Auch innerhalb einer gemeinsamen Sprache tragen Wörter nur einen Teil der Erklärung. Leelo Keevallik untersuchte, wie Lehrende beim Tanzen Silben und Laute einsetzen. In ihrer detaillierten Analyse einer englischsprachigen Jazz-Routine aus dem Lindy-Hop-Unterricht begleiteten Lautlänge und Betonung unterschiedliche Bewegungsqualitäten. Eine Silbe war dabei keinem festen Bewegungseintrag zugeordnet. Sie wurde durch die gerade gezeigte oder gemeinsam erarbeitete Bewegung verständlich. Solche stimmlichen Hinweise können Zeitverlauf und Akzente hörbar machen. Wer ihnen folgt, verbindet Gehörtes mit dem sichtbaren Ablauf und dem eigenen Mitmachen; ein Wörterbuch allein erfasst diese Bedeutung kaum.

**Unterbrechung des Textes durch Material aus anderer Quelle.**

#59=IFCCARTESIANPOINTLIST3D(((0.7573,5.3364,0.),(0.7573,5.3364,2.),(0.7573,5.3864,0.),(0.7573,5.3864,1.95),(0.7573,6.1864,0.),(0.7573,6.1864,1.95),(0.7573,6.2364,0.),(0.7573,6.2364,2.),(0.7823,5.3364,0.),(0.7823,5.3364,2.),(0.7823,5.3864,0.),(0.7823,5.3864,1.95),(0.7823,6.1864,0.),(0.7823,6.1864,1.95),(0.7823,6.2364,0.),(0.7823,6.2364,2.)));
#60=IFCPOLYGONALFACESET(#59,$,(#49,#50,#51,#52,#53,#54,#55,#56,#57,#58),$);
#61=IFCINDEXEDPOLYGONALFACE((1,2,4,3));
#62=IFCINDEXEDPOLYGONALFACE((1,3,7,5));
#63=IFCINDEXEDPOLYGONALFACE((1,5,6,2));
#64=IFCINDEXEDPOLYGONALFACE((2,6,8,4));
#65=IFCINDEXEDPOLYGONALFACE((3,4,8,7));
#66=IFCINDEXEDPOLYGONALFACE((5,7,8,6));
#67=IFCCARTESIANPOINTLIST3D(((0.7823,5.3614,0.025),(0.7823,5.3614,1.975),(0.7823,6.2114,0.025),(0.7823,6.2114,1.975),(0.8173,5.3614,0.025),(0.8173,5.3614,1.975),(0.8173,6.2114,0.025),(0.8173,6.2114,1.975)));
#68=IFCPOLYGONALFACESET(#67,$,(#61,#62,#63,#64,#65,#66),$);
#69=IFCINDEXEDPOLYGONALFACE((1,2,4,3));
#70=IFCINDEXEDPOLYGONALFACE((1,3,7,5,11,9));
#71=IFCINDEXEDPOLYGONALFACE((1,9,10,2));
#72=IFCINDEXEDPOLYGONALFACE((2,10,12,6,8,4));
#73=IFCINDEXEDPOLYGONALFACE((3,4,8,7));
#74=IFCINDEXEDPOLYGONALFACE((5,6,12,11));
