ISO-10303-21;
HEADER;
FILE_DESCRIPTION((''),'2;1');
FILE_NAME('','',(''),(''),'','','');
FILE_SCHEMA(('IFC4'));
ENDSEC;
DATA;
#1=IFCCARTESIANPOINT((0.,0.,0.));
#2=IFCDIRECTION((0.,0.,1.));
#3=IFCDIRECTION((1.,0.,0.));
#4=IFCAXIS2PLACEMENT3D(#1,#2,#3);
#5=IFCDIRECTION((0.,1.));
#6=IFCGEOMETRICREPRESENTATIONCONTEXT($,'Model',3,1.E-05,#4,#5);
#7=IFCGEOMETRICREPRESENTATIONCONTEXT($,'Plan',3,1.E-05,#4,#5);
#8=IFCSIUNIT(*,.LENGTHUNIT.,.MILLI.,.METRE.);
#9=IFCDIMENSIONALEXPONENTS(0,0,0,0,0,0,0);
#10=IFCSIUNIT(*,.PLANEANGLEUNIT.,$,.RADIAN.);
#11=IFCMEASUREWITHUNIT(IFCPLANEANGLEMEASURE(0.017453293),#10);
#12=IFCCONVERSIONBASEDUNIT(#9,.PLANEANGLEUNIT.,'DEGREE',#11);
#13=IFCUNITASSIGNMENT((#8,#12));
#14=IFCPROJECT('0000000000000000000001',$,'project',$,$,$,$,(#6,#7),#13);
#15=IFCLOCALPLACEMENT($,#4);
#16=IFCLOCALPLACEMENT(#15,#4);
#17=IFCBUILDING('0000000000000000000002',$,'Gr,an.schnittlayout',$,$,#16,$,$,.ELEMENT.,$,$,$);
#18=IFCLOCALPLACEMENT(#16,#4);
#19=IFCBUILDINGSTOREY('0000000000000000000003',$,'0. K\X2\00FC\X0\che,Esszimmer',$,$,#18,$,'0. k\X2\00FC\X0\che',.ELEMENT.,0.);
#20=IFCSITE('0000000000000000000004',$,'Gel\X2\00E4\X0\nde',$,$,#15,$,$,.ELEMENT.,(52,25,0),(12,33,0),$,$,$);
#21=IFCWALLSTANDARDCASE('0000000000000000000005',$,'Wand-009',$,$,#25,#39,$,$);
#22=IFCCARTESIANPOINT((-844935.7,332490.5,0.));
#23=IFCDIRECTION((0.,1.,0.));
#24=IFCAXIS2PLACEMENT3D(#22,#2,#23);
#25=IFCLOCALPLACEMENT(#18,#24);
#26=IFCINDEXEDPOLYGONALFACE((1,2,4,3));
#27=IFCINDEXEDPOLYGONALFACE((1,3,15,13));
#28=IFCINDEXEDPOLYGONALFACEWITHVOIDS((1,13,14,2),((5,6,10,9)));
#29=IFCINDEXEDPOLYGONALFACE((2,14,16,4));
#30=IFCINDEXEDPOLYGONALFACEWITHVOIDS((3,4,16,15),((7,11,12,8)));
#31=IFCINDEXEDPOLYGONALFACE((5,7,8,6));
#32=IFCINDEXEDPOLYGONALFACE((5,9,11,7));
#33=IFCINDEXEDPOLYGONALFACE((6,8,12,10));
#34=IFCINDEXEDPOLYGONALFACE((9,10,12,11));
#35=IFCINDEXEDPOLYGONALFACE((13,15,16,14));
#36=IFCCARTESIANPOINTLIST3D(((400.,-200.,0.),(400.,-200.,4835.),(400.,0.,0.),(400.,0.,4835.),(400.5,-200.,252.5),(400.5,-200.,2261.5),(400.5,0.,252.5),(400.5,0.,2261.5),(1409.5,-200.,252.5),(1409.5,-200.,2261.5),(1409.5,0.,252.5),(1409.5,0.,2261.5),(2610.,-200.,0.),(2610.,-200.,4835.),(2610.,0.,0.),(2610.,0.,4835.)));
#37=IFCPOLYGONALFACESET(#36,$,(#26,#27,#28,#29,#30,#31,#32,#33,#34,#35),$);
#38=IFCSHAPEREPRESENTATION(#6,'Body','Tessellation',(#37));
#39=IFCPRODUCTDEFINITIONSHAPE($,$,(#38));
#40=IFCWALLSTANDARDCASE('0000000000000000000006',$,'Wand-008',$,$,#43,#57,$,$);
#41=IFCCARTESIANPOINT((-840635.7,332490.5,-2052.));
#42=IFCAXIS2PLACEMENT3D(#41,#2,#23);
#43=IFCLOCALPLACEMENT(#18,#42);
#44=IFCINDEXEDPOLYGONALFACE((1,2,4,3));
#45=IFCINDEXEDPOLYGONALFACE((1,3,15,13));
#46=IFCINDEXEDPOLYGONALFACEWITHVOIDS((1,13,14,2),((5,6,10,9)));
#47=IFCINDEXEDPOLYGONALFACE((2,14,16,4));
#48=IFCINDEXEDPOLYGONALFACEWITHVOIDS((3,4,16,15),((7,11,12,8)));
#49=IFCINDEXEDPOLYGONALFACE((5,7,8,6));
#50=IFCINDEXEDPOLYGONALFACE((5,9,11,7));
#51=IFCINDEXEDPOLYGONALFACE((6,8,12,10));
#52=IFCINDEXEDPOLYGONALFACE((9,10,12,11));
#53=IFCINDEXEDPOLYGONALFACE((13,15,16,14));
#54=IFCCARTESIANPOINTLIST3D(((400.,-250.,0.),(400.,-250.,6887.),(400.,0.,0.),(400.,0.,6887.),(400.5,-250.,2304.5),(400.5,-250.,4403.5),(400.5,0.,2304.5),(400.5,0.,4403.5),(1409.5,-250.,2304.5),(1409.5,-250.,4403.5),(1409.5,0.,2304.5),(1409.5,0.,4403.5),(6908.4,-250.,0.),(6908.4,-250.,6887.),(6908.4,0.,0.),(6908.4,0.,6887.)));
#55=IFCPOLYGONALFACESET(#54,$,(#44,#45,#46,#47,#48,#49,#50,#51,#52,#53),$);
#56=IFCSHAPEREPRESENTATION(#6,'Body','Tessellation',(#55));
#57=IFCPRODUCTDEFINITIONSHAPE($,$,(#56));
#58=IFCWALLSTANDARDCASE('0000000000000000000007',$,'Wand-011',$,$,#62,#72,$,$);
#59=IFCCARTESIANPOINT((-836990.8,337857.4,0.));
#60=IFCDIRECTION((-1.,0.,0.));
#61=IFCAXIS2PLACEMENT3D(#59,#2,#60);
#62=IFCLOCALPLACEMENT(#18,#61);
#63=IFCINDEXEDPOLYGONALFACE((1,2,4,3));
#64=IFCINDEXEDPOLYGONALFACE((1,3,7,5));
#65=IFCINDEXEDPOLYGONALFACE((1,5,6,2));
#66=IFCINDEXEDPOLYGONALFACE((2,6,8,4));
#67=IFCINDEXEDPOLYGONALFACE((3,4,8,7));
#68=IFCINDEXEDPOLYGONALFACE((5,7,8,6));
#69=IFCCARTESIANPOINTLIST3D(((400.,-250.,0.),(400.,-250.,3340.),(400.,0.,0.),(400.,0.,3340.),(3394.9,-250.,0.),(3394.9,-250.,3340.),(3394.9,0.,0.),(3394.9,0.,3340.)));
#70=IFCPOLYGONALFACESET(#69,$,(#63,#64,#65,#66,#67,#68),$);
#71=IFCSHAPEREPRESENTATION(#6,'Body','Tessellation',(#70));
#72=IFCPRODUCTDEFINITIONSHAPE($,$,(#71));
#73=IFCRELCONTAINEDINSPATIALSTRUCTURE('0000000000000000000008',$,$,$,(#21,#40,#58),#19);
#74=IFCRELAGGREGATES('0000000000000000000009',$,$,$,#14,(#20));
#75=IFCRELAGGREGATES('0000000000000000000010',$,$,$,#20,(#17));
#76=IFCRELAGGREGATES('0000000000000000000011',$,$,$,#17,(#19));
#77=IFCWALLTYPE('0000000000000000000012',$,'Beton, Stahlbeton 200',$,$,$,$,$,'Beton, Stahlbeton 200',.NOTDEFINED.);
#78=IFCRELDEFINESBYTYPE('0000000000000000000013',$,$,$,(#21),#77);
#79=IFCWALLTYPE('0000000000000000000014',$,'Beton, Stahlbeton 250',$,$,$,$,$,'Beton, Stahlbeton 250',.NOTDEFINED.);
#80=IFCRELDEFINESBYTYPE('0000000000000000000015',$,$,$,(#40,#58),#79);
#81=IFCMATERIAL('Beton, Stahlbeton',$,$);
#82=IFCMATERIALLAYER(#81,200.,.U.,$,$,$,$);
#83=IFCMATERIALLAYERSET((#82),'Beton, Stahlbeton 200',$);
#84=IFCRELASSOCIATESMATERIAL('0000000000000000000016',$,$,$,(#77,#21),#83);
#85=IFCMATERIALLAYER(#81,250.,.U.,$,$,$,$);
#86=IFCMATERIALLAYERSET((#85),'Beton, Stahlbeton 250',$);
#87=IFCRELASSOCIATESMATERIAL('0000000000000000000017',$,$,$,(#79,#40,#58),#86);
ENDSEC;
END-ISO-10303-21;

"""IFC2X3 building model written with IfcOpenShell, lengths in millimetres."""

from ifc_helpers import new_model, entity, si_unit, converted_unit, direction, frame, frame_2d, origin_with_axes, place, context, project, spatial, polyline, rectangle, outline, extrude, material, layer, layer_set, layer_usage, type_object, element, save


model = new_model("IFC2X3")

# Units and contexts
model_context = context("Model", 3, precision=1e-05, world=origin_with_axes(), true_north=direction((0.0, 1.0)))
plan_context = context("Plan", 3, precision=1e-05, world=origin_with_axes(), true_north=direction((0.0, 1.0)))
ifc_project = project(units=[si_unit("LENGTHUNIT", "METRE", prefix="MILLI"), converted_unit("PLANEANGLEUNIT", "DEGREE", entity("IfcPlaneAngleMeasure", 0.017453293), si_unit("PLANEANGLEUNIT", "RADIAN"), dimensions=[0, 0, 0, 0, 0, 0, 0])], contexts=[model_context, plan_context])

# Site, building, storey
site_placement = place(None, origin_with_axes())
site = spatial("IfcSite", under=ifc_project, at=site_placement, Name="Gelände", CompositionType="ELEMENT", RefLatitude=(52, 25, 0), RefLongitude=(12, 33, 0))
building_placement = place(site_placement, origin_with_axes())
building = spatial("IfcBuilding", under=site, at=building_placement, Name="Gr,an.schnittlayout", CompositionType="ELEMENT")
storey_placement = place(building_placement, origin_with_axes())
storey = spatial("IfcBuildingStorey", under=building, at=storey_placement, Name="0. Küche,Esszimmer", LongName="0. küche", CompositionType="ELEMENT", Elevation=0.0)

# Shared definitions
ifc_material = material(Name="Beton, Stahlbeton")

# Shared definitions
ifc_layer_1 = layer(ifc_material, 200.0, ventilated="UNKNOWN")
ifc_layer_set_1 = layer_set([ifc_layer_1], Name="Beton, Stahlbeton 200")
wall_type_1 = type_object("IfcWallType", Name="Beton, Stahlbeton 200", ElementType="Beton, Stahlbeton 200", PredefinedType="NOTDEFINED", material=ifc_layer_set_1)

# Walls, openings
ifc_layer_usage_1 = layer_usage(ifc_layer_set_1, "AXIS2", "NEGATIVE", 0.0)
wall_1_placement = place(storey_placement, frame((-844935.7, 332490.5, 0.0), z_axis=(0.0, 0.0, 1.0), x_axis=(0.0, 1.0, 0.0)))
wall_1 = element("IfcWallStandardCase", 1, at=wall_1_placement, inside=storey, type_object=wall_type_1, material=ifc_layer_usage_1, Name="Wand-009", context=model_context, shape_type="SweptSolid", body=[
    extrude(outline(polyline([(400.0, -200.0), (2610.0, -200.0), (2610.0, 0.0), (400.0, 0.0), (400.0, -200.0)])), origin_with_axes(), (0.0, 0.0, 1.0), 4835.0),
])
opening_1_placement = place(wall_1_placement, frame((905.0, -200.0, 252.0), z_axis=(0.0, 0.0, 1.0), x_axis=(1.0, 0.0, 0.0)))
element("IfcOpeningElement", 2, at=opening_1_placement, cuts=wall_1, ObjectType="Opening", context=model_context, shape_type="SweptSolid", body=[
    extrude(rectangle(XDim=1009.0, YDim=2009.0, at=frame_2d((0.0, 1005.0), x_axis=(1.0, 0.0))), frame((0.0, 0.0, 0.0), z_axis=(0.0, 1.0, 0.0), x_axis=(-1.0, 0.0, 0.0)), (0.0, 0.0, 1.0), 200.0),
])
ifc_layer_2 = layer(ifc_material, 250.0, ventilated="UNKNOWN")
ifc_layer_set_2 = layer_set([ifc_layer_2], Name="Beton, Stahlbeton 250")
ifc_layer_usage_2 = layer_usage(ifc_layer_set_2, "AXIS2", "NEGATIVE", 0.0)
wall_type_2 = type_object("IfcWallType", Name="Beton, Stahlbeton 250", ElementType="Beton, Stahlbeton 250", PredefinedType="NOTDEFINED", material=ifc_layer_set_2)
wall_2_placement = place(storey_placement, frame((-840635.7, 332490.5, -2052.0), z_axis=(0.0, 0.0, 1.0), x_axis=(0.0, 1.0, 0.0)))
wall_2 = element("IfcWallStandardCase", 3, at=wall_2_placement, inside=storey, type_object=wall_type_2, material=ifc_layer_usage_2, Name="Wand-008", context=model_context, shape_type="SweptSolid", body=[
    extrude(outline(polyline([(400.0, -250.0), (6908.4, -250.0), (6908.4, 0.0), (400.0, 0.0), (400.0, -250.0)])), origin_with_axes(), (0.0, 0.0, 1.0), 6887.0),
])
opening_2_placement = place(wall_2_placement, frame((905.0, -250.0, 2304.0), z_axis=(0.0, 0.0, 1.0), x_axis=(1.0, 0.0, 0.0)))
element("IfcOpeningElement", 4, at=opening_2_placement, cuts=wall_2, ObjectType="Opening", context=model_context, shape_type="SweptSolid", body=[
    extrude(rectangle(XDim=1009.0, YDim=2099.0, at=frame_2d((0.0, 1050.0), x_axis=(1.0, 0.0))), frame((0.0, 0.0, 0.0), z_axis=(0.0, 1.0, 0.0), x_axis=(-1.0, 0.0, 0.0)), (0.0, 0.0, 1.0), 250.0),
])

# Wall
ifc_layer_usage_3 = layer_usage(ifc_layer_set_2, "AXIS2", "NEGATIVE", 0.0)
wall_3_placement = place(storey_placement, frame((-836990.8, 337857.4, 0.0), z_axis=(0.0, 0.0, 1.0), x_axis=(-1.0, 0.0, 0.0)))
element("IfcWallStandardCase", 5, at=wall_3_placement, inside=storey, type_object=wall_type_2, material=ifc_layer_usage_3, Name="Wand-011", context=model_context, shape_type="SweptSolid", body=[
    extrude(outline(polyline([(400.0, -250.0), (3394.9, -250.0), (3394.9, 0.0), (400.0, 0.0), (400.0, -250.0)])), origin_with_axes(), (0.0, 0.0, 1.0), 3340.0),
])

save(model, "model.ifc")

Wie ein Gespräch weitergehen kann

Außerhalb der Demonstration zählt auch das Timing eines Gesprächs. Tanya Stivers und ihr Forschungsteam verglichen Antworten auf Ja/Nein-Fragen in Alltagsgesprächen aus zehn Sprachen. Die Beteiligten vermieden überwiegend lange Lücken und gleichzeitiges Sprechen. Dennoch unterschieden sich die durchschnittlichen Antwortzeiten; auch die Wahrnehmung einer Antwort als verspätet hing mit dem vertrauten Gesprächstempo zusammen. Eine kurze Pause kann deshalb beim Gegenüber anders ankommen als beabsichtigt. Für internationale Begegnungen ist diese Unterscheidung hilfreich: Messbare Unterschiede im Gesprächsablauf sind noch keine Beschreibung der Persönlichkeit. Vertrautheit mit einer bestimmten Gesprächsweise prägt mit, was uns selbstverständlich erscheint.

Wenn eine Äußerung unklar bleibt, lässt sich das Verständnis gemeinsam weiterentwickeln. Mark Dingemanse und sein Team fanden in Gesprächen aus zwölf Sprachen wiederkehrende Möglichkeiten: allgemein um Wiederholung bitten, eine bestimmte Stelle eingrenzen oder eine vermutete Bedeutung bestätigen lassen. Wie gezielt jemand nachfragen kann, hängt auch davon ab, wie viel angekommen ist. Eine Antwort wie „Meinst du die andere Richtung?“ macht einen konkreten Deutungsversuch sichtbar. Die sprechende Person kann daran anknüpfen und ihn bestätigen oder korrigieren. Beide tragen damit zur Klärung bei, und bereits Verstandenes muss nicht vollständig neu erklärt werden.

Mit dem eigenen Sprachrepertoire teilnehmen

Gemeinsame Fachsprache entwickelt sich auch jenseits benannter Figuren. Joanna Britton weist in ihrer Untersuchung zu Sprache in Musik- und Tanzausbildungen darauf hin, dass etwa Improvisation in verschiedenen Tanzgemeinschaften unterschiedliche Assoziationen auslösen kann. Die sprachliche Aufgabe besteht dann darin, diese Vorstellungen miteinander besprechbar zu machen. Dazu gehören auch das Erklären eigener Ideen, der Austausch über künstlerische Arbeit und die Verständigung über persönliche Erwartungen. Sprachliche Unterstützung kann sich an solchen tatsächlichen Aufgaben orientieren. Wer eine Idee noch umständlich formuliert, braucht Gelegenheit, sie genauer auszudrücken. Ein Gespräch kann dafür mehrere Formulierungen aufnehmen und weiterführen.